DOTA-TATE (DOTATATE,[1] DOTA-octreotate, oxodotreotide, DOTA-(Tyr3)-octreotate,[2] and DOTA-0-Tyr3-Octreotate) is an eight amino acid long peptide, with a covalently bonded DOTA bifunctional chelator.

DOTA-TATE can be reacted with the radionuclides gallium-68 (T1/2 = 68 min), lutetium-177 (T1/2 = 6.65 d) and copper-64 (T1/2 = 12.7 h) to form radiopharmaceuticals for positron emission tomography (PET) imaging or radionuclide therapy. 177Lu DOTA-TATE therapy is a form of peptide receptor radionuclide therapy (PRRT) which targets somatostatin receptors (SSR).[3][4] In that form of application it is a form of targeted drug delivery.

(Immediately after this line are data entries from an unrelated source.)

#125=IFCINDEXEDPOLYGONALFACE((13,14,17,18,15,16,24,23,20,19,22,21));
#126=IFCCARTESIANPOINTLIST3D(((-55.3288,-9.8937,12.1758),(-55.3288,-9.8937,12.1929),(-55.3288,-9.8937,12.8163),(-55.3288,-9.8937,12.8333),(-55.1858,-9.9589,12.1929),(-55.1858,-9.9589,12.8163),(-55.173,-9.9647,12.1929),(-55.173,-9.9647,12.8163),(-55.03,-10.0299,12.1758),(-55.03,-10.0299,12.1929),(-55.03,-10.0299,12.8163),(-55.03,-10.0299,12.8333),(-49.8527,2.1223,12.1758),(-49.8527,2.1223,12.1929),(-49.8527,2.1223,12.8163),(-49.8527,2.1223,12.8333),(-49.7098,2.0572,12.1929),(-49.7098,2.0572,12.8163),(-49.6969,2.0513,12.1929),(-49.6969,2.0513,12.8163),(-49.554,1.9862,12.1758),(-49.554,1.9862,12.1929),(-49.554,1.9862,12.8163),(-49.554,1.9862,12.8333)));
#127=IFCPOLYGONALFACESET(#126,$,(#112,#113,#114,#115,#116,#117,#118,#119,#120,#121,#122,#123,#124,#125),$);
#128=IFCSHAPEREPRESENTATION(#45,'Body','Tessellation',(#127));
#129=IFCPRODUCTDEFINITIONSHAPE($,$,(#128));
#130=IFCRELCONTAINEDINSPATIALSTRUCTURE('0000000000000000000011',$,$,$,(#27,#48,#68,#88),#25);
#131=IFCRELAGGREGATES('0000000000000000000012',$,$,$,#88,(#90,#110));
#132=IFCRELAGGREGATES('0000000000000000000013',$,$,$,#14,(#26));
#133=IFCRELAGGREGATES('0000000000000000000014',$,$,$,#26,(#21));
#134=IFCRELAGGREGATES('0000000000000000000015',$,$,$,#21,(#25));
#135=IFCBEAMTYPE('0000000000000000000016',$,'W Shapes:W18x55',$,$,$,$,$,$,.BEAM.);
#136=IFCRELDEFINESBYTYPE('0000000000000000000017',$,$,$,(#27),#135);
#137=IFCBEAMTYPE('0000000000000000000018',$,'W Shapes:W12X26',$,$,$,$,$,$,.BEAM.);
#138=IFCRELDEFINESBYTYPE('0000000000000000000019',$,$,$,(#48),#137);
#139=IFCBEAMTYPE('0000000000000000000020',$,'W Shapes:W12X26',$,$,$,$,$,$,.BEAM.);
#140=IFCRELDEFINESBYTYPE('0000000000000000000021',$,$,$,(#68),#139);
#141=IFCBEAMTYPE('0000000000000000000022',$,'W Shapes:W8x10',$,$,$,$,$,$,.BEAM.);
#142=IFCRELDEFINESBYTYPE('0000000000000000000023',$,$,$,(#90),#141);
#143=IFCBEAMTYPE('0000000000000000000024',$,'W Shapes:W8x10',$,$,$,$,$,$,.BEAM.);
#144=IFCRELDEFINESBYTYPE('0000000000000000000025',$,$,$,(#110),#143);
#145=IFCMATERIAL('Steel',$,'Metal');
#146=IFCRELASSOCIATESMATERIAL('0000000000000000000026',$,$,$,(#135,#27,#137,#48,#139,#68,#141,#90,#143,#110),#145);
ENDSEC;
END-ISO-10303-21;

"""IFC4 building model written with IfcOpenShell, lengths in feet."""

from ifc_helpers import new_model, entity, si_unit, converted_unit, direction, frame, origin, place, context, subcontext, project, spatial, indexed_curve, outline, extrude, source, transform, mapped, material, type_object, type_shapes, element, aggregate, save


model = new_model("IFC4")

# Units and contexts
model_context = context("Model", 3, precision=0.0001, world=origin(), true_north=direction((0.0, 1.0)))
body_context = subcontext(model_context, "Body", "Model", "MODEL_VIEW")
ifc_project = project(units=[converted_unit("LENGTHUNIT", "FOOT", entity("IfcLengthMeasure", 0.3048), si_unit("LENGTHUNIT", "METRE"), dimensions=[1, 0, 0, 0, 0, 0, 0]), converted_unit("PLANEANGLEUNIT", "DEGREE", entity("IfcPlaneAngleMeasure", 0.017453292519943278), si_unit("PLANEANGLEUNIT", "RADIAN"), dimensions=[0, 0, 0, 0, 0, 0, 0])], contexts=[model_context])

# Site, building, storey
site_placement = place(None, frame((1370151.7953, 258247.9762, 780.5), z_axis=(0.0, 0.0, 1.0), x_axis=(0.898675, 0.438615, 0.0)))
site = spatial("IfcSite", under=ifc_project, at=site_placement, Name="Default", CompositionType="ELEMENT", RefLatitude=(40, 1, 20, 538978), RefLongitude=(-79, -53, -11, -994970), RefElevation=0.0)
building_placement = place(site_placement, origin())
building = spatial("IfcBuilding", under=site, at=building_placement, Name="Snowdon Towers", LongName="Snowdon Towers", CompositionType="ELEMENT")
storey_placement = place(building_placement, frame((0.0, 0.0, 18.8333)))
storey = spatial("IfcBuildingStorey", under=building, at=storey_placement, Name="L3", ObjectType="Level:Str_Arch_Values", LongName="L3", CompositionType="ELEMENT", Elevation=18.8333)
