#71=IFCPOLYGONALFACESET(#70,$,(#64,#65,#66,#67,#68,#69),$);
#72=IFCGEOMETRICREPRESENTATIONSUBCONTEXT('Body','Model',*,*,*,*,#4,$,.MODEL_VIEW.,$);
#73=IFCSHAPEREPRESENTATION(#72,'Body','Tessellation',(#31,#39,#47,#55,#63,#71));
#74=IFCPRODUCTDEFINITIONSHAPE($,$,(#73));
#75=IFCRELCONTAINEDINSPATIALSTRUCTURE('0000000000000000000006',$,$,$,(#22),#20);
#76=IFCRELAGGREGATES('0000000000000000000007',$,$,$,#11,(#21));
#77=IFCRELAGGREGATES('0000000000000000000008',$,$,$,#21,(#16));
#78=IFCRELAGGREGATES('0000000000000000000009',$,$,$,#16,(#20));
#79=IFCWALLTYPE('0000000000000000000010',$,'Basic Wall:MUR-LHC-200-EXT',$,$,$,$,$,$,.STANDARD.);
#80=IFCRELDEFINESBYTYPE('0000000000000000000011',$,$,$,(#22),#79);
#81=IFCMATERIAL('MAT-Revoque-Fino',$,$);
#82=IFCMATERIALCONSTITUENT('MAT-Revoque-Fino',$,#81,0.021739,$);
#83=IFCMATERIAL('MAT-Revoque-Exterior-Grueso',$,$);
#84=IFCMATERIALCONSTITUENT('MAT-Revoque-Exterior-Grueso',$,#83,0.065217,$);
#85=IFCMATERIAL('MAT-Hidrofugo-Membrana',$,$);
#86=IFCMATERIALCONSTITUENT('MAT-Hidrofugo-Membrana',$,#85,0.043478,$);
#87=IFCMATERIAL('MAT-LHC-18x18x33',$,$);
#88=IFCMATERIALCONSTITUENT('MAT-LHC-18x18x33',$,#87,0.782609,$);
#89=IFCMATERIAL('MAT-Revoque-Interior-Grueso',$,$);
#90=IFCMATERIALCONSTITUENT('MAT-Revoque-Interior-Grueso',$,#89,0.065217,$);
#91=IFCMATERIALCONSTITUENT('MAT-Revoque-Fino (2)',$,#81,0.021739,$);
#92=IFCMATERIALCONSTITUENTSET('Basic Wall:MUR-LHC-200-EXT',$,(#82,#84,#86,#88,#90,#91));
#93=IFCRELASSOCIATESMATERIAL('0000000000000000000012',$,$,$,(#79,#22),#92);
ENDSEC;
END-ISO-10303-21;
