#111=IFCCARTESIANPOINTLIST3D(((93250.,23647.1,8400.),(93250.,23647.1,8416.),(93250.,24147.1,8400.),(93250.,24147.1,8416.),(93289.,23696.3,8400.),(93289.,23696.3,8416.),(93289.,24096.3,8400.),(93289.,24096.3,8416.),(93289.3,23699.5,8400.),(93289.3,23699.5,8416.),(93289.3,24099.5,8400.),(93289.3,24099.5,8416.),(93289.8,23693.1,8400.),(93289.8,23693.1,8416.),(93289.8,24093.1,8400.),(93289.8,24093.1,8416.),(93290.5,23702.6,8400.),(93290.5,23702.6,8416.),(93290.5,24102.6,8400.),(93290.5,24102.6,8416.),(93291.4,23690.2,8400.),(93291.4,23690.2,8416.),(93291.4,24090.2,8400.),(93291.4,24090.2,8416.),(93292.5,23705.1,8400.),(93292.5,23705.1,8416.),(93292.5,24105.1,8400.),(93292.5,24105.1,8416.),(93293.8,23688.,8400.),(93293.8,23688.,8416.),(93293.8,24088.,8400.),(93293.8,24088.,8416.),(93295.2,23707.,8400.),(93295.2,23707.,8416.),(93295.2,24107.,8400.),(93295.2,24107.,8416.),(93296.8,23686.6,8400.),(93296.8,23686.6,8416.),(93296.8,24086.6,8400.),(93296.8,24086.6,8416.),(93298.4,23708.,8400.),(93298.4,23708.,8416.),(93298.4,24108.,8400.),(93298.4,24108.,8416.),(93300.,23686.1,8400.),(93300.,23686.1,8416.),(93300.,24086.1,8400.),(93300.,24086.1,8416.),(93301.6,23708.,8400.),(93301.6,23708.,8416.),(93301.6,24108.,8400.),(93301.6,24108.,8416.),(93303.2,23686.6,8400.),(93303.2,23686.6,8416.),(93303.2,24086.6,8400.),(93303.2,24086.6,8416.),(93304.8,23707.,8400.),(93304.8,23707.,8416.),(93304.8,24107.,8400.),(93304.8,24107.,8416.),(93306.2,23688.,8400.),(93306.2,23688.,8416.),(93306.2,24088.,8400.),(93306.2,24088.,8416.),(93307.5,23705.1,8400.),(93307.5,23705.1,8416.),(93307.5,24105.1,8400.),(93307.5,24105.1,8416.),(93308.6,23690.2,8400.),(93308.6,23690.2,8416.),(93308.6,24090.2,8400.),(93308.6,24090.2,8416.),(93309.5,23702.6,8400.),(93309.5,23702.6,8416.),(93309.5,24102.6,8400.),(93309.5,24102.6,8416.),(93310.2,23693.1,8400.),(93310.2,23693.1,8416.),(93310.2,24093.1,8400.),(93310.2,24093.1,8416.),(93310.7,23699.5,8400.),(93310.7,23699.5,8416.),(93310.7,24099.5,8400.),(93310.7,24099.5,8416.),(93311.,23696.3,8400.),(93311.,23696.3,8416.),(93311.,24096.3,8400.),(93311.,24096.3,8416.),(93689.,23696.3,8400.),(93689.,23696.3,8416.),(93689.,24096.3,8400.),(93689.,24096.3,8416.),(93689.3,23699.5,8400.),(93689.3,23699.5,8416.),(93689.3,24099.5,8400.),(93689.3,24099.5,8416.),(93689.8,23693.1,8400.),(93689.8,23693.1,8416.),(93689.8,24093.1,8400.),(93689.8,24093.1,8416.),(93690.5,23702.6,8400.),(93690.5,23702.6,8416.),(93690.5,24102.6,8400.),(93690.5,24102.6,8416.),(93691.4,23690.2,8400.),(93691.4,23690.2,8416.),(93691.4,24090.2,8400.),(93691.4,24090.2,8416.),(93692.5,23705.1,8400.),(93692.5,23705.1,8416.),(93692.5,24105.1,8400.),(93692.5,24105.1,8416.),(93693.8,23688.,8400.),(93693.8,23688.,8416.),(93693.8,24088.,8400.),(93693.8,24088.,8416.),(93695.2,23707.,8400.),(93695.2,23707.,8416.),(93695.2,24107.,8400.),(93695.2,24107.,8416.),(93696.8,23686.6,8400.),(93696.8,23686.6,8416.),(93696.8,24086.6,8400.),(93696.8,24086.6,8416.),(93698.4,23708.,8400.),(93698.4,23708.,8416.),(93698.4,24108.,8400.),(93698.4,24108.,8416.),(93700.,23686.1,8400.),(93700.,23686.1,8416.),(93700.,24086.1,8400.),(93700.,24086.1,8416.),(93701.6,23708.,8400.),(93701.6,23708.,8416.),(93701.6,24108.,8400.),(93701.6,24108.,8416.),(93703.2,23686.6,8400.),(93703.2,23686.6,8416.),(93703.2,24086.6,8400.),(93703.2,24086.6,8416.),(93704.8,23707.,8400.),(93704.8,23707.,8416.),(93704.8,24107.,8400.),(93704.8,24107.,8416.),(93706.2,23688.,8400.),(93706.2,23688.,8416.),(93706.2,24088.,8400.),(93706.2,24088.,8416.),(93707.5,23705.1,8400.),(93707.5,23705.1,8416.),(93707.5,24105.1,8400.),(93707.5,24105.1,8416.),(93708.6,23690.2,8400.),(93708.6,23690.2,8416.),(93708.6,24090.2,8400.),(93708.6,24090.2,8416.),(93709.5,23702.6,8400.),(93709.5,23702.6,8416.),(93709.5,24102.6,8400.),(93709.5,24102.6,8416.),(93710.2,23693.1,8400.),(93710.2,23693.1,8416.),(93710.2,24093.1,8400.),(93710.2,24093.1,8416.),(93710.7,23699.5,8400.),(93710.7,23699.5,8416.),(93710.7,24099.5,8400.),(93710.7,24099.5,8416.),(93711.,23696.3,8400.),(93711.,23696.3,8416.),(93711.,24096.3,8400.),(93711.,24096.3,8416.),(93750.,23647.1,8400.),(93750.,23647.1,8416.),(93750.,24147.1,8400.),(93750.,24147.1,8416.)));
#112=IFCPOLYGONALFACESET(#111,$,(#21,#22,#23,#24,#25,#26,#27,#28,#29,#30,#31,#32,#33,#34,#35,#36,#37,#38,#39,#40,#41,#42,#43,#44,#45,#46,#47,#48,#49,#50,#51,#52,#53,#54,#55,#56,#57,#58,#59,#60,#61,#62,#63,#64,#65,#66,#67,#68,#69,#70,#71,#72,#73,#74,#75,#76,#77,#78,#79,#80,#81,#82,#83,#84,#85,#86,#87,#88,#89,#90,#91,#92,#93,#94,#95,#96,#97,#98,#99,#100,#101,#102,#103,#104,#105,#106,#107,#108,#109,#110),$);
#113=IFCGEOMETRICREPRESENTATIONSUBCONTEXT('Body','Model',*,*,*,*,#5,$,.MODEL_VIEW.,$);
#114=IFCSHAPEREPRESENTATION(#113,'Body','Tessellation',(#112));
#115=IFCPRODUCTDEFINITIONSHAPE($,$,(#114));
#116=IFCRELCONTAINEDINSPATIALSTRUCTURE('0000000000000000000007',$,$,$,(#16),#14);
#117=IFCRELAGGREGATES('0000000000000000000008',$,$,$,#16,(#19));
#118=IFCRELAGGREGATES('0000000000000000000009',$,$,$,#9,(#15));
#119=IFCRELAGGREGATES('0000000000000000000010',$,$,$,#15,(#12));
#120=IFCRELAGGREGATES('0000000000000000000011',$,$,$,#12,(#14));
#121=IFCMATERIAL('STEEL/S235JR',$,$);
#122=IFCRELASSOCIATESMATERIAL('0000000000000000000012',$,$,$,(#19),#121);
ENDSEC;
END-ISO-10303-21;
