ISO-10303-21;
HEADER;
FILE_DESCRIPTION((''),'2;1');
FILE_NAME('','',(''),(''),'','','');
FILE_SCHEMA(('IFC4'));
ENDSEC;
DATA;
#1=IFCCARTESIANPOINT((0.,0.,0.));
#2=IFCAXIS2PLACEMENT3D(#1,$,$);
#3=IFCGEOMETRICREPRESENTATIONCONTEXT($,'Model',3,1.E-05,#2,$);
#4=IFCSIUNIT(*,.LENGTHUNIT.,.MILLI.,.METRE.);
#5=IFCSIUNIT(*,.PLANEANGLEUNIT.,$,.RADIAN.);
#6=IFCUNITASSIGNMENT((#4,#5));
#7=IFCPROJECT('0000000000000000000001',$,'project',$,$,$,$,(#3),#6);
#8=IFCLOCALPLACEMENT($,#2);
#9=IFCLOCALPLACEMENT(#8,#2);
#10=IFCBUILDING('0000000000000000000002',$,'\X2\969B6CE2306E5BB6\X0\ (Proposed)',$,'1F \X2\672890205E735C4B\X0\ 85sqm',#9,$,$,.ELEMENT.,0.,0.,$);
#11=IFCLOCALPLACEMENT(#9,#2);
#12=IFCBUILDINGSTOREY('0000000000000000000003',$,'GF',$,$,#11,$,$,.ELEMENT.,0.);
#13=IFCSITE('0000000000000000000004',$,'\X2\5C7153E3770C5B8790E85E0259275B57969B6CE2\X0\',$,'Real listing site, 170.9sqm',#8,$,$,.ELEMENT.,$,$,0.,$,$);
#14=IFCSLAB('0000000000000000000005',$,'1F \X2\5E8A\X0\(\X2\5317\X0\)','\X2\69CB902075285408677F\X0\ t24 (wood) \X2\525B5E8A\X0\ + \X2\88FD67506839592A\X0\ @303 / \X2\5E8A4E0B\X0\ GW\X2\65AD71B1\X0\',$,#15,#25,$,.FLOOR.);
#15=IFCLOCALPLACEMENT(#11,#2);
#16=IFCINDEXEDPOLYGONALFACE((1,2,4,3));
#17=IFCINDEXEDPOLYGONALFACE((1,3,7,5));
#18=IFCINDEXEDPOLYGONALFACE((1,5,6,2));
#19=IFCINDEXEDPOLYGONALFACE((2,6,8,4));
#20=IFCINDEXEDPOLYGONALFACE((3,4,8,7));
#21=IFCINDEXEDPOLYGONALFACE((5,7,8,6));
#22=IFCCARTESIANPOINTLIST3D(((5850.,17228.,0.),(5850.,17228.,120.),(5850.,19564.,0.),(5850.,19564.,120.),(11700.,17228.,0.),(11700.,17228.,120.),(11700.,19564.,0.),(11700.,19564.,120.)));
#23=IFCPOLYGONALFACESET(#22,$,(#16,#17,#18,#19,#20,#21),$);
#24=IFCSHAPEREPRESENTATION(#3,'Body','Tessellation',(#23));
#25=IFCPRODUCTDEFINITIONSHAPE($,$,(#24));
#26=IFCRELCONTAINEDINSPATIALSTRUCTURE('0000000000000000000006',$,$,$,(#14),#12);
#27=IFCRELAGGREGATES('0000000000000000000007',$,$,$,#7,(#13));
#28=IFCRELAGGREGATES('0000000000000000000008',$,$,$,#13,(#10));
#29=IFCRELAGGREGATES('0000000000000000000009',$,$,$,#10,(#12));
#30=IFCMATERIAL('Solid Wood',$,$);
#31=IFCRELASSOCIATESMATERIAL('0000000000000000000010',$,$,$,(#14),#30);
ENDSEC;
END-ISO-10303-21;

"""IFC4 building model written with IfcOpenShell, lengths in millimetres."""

from ifc_helpers import new_model, si_unit, frame, frame_2d, origin, place, context, project, spatial, rectangle, extrude, material, element, save


model = new_model("IFC4")

# Units and contexts
model_context = context("Model", 3, precision=1e-05, world=origin())
ifc_project = project(units=[si_unit("LENGTHUNIT", "METRE", prefix="MILLI"), si_unit("PLANEANGLEUNIT", "RADIAN")], contexts=[model_context])

# Site, building, storey
site_placement = place(None, origin())
site = spatial("IfcSite", under=ifc_project, at=site_placement, Name="山口県宇部市大字際波", ObjectType="Real listing site, 170.9sqm", CompositionType="ELEMENT", RefElevation=0.0)
building_placement = place(site_placement, origin())
building = spatial("IfcBuilding", under=site, at=building_placement, Name="際波の家 (Proposed)", ObjectType="1F 木造平屋 85sqm", CompositionType="ELEMENT", ElevationOfRefHeight=0.0, ElevationOfTerrain=0.0)
storey_placement = place(building_placement, origin())
storey = spatial("IfcBuildingStorey", under=building, at=storey_placement, Name="GF", CompositionType="ELEMENT", Elevation=0.0)

# Slab
ifc_material_1 = material(Name="Solid Wood")
slab_1_placement = place(storey_placement, frame((2925.0, 8614.0, 0.0)))
element("IfcSlab", 1, at=slab_1_placement, inside=storey, material=ifc_material_1, Name="1F 床(北)", Description="構造用合板 t24 (wood) 剛床 + 製材根太 @303 / 床下 GW断熱", PredefinedType="FLOOR", context=model_context, shape_type="SweptSolid", body=[
    extrude(rectangle(XDim=5850.0, YDim=2336.0, at=frame_2d((2925.0, 1168.0))), frame((2925.0, 8614.0, 0.0)), (0.0, 0.0, 1.0), 120.0),
])

save(model, "model.ifc")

Chemistry and mechanism of action[]

DOTA-TATE is a compound containing tyrosine3-octreotate,[2] an SSR agonist, and the bifunctional chelator DOTA (tetraxetan).[5][6] SSRs are found with high density in numerous malignancies, including CNS, breast, lung, and lymphatics.[7] The role of SSR agonists (i.e. somatostatin and its analogs such as octreotide, somatuline and vapreotide) in neuroendocrine tumours (NETs) is well established,[8] and massive SSR overexpression is present in several NETs. (Tyr3)-octreotate binds the transmembrane receptors of NETs with highest activity for SSR2 and is actively transported into the cell via endocytosis, allowing trapping of the radioactivity and increasing the probability of the desired double-strand DNA breakage (for tumour control). Trapping improves the probability of this kind of effect due to the relatively short range of the beta particles emitted by 177Lu, which have a maximum range in tissue of <2 mm.[9][8][10] Bystander effects include cellular damage by free radical formation.

Clinical applications[]

Gallium-68 DOTA-TATE[]

68Ga DOTA-TATE (gallium-68 dotatate, GaTate) is used to measure tumor SSR density and wholebody bio-distribution via PET imaging.[11][12] 68Ga DOTA-TATE imagery has a much higher sensitivity and resolution compared to 111In octreotide gamma camera or SPECT scans, due to intrinsic modality differences.[11]

Lutetium-177 DOTA-TATE[]

The combination of the beta emitter 177Lu with DOTA-TATE (also known as edotreotide or DOTA-TOC) can be used in the treatment of cancers expressing the relevant somatostatin receptors.[13] The U.S. Food and Drug Administration (FDA) considers 177Lu-dotatate to be a first-in-class medication.[14]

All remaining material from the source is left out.